My guess so far is that format.name is to blame in this case

https://github.com/opendatacube/datacube-core/blob/b987f362ed693408fd746fe8dcf5b0995a44c8fc/datacube/scripts/ingest.py#L54

In the past we copied format name as is, now it comes from the "normalised" driver name. So my guess is that the difference is "NetCDF" != "NetCDF CF".

Ingest should report more about the differences, it has access to that info.

uchchwhash commented 6 years ago

The normalised driver name issue has come up before, see #411 for example. Perhaps include this in the 'What's New' section of the release notes?

edit: apologies, #411 seems to be a separate issue altogether.

omad commented 6 years ago

The change that has broken things here is that storage.driver is now being stored in the Product in the DB. It was made in commit 63d721be6972c44c2cbfa9eb3804fe1c6e6b491f when DriverManager was still a thing.

I think it was an oversite to not revert this, and the best option is to not store the storage.driver name in the database product. As far as I can tell that would be more in line with the fields which are kept when morphing from an ingestion configuration to a product definition.

@Kirill888 Would this have any impact on how drivers are selected?

@jeremyh @andrewdhicks Does this sound okay to you two?

omad commented 6 years ago

@loicdtx If you run ingester in verbose mode, it will log which changes, if any, need to be made to the target product. I've run a test with your configuration files between 1.5.5 and 1.6rc1 and get the following output:

$ datacube -v ingest -c s2_l2a_20m_mexico.yaml
2018-05-01 10:30:28,396 68994 datacube INFO Running datacube command: /Users/omad/miniconda3/envs/py36/bin/datacube -v ingest -c s2_l2a_20m_mexico.yaml
2018-05-01 10:30:28,563 68994 datacube-ingest INFO Created DatasetType s2_l2a_20m_mexico
2018-05-01 10:30:28,575 68994 datacube.index._products INFO Unsafe change in storage.driver from missing to 'NetCDF CF'
2018-05-01 10:30:28,575 68994 datacube-ingest INFO Cannot update "s2_l2a_20m_mexico": 1 unsafe changes, 0 safe changes
2018-05-01 10:30:28,575 68994 datacube-ingest INFO Safe changes: []
2018-05-01 10:30:28,575 68994 datacube-ingest INFO Unsafe changes: [(('storage', 'driver'), missing, 'NetCDF CF')]

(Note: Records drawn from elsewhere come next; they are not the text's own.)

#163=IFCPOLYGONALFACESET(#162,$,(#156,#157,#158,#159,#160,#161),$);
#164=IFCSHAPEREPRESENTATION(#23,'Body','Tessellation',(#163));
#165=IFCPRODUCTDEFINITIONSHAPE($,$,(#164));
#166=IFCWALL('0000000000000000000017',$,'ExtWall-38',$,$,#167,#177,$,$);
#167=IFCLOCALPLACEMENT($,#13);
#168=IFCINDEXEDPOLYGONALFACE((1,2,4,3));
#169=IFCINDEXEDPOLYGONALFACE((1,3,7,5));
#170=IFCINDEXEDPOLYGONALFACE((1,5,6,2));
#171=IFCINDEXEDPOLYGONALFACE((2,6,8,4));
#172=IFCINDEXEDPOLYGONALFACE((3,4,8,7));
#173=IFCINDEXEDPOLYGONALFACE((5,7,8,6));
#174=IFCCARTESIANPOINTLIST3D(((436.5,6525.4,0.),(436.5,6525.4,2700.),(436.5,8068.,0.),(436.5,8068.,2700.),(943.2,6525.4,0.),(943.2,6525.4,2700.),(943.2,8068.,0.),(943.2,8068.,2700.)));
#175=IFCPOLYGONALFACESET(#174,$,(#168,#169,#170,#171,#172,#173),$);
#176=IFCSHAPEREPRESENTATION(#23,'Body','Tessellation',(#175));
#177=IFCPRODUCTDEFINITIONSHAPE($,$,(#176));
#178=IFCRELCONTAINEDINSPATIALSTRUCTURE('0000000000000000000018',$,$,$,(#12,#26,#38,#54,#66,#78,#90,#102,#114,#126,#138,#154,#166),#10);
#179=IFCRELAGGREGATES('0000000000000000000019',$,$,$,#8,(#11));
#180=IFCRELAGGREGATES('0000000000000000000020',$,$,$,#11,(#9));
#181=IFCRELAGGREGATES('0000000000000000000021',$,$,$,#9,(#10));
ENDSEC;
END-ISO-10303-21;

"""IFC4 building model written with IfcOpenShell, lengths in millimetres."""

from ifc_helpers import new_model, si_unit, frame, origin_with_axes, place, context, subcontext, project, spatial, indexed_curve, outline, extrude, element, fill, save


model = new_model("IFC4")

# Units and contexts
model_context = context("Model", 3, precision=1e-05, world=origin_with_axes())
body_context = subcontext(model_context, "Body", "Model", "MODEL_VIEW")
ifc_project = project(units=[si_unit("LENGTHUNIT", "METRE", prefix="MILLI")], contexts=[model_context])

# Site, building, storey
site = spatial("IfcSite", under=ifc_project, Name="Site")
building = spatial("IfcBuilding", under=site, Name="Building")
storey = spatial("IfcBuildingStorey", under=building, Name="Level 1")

This shows how we're now attempting to store storage.driver whereas before we weren't. I think this is a bug and we'll fix it in the next release.

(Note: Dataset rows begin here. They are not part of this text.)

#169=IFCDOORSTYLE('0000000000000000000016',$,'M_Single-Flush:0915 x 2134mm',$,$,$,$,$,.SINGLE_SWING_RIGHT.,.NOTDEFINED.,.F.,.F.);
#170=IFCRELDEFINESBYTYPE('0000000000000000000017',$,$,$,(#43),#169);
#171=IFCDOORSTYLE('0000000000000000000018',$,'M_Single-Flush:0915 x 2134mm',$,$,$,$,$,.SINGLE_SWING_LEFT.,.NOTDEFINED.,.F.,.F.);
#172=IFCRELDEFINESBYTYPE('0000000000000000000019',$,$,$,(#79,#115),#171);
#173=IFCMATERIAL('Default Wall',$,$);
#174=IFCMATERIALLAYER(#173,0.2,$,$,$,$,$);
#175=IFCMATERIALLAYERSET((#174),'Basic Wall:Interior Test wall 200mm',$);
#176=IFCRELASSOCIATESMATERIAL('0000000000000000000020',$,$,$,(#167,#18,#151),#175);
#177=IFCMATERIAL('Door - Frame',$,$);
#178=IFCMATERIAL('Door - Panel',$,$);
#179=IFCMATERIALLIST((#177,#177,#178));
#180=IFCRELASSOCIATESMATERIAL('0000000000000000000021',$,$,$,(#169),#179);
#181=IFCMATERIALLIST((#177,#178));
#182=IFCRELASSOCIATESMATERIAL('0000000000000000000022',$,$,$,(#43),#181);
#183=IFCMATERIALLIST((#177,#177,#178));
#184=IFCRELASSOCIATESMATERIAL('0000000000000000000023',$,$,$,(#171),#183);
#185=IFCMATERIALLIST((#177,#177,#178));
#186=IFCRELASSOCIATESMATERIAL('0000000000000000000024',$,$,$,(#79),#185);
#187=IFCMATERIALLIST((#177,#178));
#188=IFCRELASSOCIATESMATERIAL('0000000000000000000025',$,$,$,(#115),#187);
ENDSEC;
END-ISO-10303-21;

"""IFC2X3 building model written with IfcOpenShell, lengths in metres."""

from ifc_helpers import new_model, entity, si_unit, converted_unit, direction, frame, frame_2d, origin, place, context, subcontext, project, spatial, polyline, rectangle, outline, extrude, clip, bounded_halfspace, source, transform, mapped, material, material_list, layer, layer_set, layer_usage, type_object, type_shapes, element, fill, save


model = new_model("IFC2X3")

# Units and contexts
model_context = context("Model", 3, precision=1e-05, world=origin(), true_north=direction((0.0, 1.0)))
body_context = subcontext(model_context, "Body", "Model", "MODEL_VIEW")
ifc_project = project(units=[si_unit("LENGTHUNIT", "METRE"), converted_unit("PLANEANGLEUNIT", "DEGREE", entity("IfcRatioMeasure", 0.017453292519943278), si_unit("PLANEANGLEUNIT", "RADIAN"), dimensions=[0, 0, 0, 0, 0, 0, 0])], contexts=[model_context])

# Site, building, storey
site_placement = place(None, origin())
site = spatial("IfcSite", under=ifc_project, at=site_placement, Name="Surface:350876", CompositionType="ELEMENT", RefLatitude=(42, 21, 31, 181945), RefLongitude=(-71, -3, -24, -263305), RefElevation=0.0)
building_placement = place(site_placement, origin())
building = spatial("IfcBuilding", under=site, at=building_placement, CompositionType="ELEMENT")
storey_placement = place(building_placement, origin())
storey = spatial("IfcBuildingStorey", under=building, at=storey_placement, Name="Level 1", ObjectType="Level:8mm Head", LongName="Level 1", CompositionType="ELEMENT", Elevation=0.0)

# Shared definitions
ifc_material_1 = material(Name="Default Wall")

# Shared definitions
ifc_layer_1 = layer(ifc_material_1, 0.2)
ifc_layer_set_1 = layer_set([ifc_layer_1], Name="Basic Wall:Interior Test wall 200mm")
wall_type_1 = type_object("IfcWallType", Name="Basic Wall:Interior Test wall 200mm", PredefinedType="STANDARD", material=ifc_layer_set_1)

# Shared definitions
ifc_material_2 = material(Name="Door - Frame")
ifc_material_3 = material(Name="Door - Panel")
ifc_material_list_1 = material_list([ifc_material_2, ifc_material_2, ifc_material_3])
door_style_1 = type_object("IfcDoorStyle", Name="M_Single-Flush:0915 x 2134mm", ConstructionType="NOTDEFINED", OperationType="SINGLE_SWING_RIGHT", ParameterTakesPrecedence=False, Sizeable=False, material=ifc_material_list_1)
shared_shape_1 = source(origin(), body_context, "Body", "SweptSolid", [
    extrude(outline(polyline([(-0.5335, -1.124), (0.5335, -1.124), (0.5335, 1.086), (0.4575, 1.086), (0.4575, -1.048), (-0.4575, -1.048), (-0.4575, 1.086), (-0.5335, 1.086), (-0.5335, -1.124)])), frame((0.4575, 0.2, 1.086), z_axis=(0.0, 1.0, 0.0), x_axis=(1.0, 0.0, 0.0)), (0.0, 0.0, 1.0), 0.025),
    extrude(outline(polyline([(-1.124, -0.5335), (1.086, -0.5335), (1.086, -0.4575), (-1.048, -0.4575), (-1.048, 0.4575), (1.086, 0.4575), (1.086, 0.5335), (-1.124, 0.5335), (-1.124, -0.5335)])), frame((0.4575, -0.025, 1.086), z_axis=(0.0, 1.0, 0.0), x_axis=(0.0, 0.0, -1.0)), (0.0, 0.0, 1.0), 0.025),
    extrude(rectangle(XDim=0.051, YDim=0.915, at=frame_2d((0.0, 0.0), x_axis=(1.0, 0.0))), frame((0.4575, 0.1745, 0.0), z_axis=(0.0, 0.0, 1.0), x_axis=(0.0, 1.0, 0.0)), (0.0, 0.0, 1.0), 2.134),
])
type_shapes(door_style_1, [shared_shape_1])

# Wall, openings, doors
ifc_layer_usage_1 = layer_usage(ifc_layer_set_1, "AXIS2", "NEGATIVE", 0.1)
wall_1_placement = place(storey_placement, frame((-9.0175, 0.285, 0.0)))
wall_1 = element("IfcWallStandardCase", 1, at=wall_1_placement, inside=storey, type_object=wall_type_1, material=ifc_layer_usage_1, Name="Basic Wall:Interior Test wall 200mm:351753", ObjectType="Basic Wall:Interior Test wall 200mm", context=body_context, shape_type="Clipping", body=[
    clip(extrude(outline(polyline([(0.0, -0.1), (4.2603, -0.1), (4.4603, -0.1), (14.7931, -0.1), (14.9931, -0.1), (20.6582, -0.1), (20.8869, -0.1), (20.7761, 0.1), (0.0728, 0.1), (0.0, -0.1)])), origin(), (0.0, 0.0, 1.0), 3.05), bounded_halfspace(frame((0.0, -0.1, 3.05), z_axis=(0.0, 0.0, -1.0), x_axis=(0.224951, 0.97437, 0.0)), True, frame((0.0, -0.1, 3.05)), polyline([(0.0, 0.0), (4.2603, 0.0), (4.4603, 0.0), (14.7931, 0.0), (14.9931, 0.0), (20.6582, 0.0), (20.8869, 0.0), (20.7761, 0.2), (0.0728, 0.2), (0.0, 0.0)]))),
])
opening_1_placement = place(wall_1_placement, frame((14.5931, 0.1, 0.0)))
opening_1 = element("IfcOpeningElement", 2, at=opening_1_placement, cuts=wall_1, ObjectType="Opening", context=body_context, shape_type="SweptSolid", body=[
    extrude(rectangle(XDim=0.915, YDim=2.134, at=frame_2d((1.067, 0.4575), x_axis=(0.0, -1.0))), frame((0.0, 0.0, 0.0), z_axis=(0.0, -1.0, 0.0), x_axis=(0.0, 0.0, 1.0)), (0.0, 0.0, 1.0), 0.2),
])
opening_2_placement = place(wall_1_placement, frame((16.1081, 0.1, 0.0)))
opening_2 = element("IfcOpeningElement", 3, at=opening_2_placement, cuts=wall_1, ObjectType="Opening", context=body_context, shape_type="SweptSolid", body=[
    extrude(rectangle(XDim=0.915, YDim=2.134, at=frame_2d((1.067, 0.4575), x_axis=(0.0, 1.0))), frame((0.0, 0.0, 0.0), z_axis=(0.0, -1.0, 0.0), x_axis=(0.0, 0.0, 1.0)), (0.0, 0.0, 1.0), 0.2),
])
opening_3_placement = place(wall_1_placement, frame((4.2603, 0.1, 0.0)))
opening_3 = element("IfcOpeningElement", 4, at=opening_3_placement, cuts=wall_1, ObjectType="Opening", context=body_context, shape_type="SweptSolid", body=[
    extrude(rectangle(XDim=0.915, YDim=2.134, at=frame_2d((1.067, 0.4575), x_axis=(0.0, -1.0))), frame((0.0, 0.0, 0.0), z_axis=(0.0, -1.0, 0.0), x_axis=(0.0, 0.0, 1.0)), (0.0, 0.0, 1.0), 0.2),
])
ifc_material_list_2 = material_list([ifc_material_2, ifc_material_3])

In the meantime, after reviewing the log output, it's possible to run:

datacube -v ingest --allow-product-changes -c s2_l2a_20m_mexico.yaml

Which will update the product in the database. After we fix the bug, you would need to run again with the same option to convert back to the old definition.

Kirill888 commented 6 years ago

@omad only format and protocol are used to select driver, nothing under storage is consulted. Not sure what are the expectations in the s3aio driver are.